__Source material__:
= = = = = = =

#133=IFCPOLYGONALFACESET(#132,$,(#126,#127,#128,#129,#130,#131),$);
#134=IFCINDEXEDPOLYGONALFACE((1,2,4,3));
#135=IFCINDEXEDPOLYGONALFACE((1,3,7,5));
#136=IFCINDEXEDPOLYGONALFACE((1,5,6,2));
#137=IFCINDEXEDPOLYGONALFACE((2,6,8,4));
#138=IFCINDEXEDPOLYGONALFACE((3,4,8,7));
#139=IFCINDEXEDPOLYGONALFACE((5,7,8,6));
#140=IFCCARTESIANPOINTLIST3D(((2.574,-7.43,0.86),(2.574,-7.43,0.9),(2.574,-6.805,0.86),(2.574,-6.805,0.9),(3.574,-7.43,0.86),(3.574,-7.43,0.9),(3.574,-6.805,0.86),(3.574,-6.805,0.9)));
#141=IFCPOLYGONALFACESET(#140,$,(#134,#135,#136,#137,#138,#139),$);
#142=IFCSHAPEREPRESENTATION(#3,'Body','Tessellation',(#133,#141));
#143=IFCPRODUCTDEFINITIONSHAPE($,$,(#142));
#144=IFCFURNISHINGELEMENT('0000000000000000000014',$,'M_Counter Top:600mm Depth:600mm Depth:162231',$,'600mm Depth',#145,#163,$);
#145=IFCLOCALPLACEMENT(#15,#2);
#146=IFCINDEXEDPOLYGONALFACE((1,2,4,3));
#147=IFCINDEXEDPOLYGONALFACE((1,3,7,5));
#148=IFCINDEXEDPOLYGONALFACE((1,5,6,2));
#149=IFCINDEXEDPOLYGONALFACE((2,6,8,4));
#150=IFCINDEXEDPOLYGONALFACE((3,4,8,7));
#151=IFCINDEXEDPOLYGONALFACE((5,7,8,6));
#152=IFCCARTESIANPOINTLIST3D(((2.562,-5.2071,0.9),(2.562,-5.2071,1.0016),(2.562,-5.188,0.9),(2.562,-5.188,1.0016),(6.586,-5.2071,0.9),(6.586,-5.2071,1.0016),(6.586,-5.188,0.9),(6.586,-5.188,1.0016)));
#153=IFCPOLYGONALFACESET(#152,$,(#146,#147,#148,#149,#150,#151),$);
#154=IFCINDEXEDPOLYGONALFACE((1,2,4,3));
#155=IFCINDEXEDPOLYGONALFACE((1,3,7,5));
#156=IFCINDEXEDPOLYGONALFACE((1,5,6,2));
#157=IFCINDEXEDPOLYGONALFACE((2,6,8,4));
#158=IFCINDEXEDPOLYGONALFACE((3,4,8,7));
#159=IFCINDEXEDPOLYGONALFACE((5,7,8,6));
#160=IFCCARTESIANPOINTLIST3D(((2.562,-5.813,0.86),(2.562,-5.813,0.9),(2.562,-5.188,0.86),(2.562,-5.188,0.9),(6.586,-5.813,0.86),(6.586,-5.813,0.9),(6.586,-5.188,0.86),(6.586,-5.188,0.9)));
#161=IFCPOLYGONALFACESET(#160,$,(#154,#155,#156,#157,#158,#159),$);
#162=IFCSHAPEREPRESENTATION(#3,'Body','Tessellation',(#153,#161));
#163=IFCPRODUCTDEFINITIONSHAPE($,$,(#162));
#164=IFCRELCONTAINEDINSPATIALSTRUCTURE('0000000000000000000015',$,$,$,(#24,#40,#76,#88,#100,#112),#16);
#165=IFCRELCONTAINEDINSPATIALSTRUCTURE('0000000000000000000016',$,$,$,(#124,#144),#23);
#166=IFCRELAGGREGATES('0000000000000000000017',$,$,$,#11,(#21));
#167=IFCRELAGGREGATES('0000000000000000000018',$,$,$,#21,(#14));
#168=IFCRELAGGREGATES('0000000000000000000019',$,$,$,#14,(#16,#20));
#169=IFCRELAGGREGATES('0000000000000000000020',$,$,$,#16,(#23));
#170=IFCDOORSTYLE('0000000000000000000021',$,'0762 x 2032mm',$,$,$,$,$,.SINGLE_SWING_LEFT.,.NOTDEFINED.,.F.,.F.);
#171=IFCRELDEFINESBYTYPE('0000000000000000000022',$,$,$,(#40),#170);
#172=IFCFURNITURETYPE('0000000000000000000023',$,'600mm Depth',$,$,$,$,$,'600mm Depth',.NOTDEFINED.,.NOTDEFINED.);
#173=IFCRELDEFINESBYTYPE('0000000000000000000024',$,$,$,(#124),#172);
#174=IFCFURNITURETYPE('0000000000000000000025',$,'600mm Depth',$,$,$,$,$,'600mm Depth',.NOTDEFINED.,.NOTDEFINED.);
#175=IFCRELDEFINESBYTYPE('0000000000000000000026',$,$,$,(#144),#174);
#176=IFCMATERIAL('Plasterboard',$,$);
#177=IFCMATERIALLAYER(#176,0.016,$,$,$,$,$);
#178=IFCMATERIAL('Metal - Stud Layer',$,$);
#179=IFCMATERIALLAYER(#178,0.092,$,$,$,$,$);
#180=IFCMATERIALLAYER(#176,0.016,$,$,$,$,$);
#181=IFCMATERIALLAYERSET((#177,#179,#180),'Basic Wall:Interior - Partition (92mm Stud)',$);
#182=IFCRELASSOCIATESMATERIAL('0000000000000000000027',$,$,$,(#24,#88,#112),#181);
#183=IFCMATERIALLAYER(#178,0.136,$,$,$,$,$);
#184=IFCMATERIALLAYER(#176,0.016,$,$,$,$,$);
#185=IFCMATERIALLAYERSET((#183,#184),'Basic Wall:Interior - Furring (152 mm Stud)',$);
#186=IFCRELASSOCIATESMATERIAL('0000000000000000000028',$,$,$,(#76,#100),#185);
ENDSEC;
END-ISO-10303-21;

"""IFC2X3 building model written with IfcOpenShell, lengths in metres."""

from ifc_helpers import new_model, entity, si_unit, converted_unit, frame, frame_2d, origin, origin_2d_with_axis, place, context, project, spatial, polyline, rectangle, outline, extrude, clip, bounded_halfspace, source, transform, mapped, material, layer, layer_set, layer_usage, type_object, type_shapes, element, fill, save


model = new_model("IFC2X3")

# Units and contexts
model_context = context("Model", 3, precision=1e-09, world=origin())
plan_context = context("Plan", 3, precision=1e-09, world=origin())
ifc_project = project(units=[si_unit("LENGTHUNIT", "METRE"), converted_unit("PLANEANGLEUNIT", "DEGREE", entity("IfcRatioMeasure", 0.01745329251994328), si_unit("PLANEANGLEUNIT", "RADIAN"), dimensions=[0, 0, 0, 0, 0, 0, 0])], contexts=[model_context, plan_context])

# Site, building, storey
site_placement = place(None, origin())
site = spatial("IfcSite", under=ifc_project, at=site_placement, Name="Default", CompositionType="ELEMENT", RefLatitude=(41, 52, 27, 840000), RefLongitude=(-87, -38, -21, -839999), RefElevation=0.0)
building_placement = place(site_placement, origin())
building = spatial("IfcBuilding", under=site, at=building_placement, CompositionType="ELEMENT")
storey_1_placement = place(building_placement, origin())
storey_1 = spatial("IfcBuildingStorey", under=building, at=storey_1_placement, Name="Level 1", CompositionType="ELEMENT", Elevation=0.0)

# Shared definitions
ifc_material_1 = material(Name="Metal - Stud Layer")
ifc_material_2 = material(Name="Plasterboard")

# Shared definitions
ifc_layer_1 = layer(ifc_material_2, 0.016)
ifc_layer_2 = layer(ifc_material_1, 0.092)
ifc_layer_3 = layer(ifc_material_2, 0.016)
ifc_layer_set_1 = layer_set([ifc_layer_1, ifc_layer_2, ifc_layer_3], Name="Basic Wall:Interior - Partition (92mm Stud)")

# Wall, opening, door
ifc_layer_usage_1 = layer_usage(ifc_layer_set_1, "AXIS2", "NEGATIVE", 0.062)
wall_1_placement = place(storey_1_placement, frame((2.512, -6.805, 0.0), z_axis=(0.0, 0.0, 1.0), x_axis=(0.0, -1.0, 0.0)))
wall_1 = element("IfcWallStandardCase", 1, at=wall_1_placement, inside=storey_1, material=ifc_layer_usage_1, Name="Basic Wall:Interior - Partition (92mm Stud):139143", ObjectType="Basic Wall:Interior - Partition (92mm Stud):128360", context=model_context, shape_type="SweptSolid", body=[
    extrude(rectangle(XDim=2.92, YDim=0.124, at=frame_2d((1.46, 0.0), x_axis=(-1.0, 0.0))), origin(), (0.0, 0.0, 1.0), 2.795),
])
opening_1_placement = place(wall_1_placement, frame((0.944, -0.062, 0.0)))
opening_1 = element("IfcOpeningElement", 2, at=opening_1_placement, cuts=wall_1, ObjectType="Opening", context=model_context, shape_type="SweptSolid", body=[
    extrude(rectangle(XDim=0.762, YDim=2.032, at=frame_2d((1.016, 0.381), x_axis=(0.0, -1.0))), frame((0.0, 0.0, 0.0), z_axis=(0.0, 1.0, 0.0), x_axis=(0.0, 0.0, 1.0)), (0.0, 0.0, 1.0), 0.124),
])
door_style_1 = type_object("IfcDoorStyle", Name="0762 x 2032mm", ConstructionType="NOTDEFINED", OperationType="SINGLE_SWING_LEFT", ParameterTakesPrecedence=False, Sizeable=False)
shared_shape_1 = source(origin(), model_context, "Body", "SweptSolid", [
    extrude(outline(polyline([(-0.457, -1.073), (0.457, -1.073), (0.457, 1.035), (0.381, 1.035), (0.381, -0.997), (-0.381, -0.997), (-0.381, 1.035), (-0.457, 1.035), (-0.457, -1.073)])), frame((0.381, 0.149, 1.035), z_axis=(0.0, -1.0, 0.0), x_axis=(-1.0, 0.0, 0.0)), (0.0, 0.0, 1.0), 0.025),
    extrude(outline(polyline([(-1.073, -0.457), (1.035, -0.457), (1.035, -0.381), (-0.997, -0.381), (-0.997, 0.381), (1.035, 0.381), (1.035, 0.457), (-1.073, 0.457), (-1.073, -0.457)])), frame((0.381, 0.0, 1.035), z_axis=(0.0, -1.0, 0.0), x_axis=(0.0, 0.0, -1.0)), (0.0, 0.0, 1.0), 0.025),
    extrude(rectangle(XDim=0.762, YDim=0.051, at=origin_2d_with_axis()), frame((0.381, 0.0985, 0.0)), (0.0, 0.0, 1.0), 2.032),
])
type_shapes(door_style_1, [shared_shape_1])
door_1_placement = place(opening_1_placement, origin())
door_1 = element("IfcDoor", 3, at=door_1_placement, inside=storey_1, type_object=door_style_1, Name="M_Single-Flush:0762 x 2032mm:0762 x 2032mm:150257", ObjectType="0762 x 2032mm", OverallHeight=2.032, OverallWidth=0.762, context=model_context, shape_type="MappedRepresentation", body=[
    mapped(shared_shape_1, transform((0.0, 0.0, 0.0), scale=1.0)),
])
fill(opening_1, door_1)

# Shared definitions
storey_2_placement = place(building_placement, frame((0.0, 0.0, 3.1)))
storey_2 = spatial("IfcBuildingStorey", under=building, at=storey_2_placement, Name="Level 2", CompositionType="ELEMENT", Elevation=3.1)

= = = = = = =

Since only part of the listing is wanted, copy exactly the lines from the one holding "# Units and contexts" to the one holding "site_placement = place(None, origin())", both included.

# Units and contexts
model_context = context("Model", 3, precision=1e-09, world=origin())
plan_context = context("Plan", 3, precision=1e-09, world=origin())
ifc_project = project(units=[si_unit("LENGTHUNIT", "METRE"), converted_unit("PLANEANGLEUNIT", "DEGREE", entity("IfcRatioMeasure", 0.01745329251994328), si_unit("PLANEANGLEUNIT", "RADIAN"), dimensions=[0, 0, 0, 0, 0, 0, 0])], contexts=[model_context, plan_context])

# Site, building, storey
site_placement = place(None, origin())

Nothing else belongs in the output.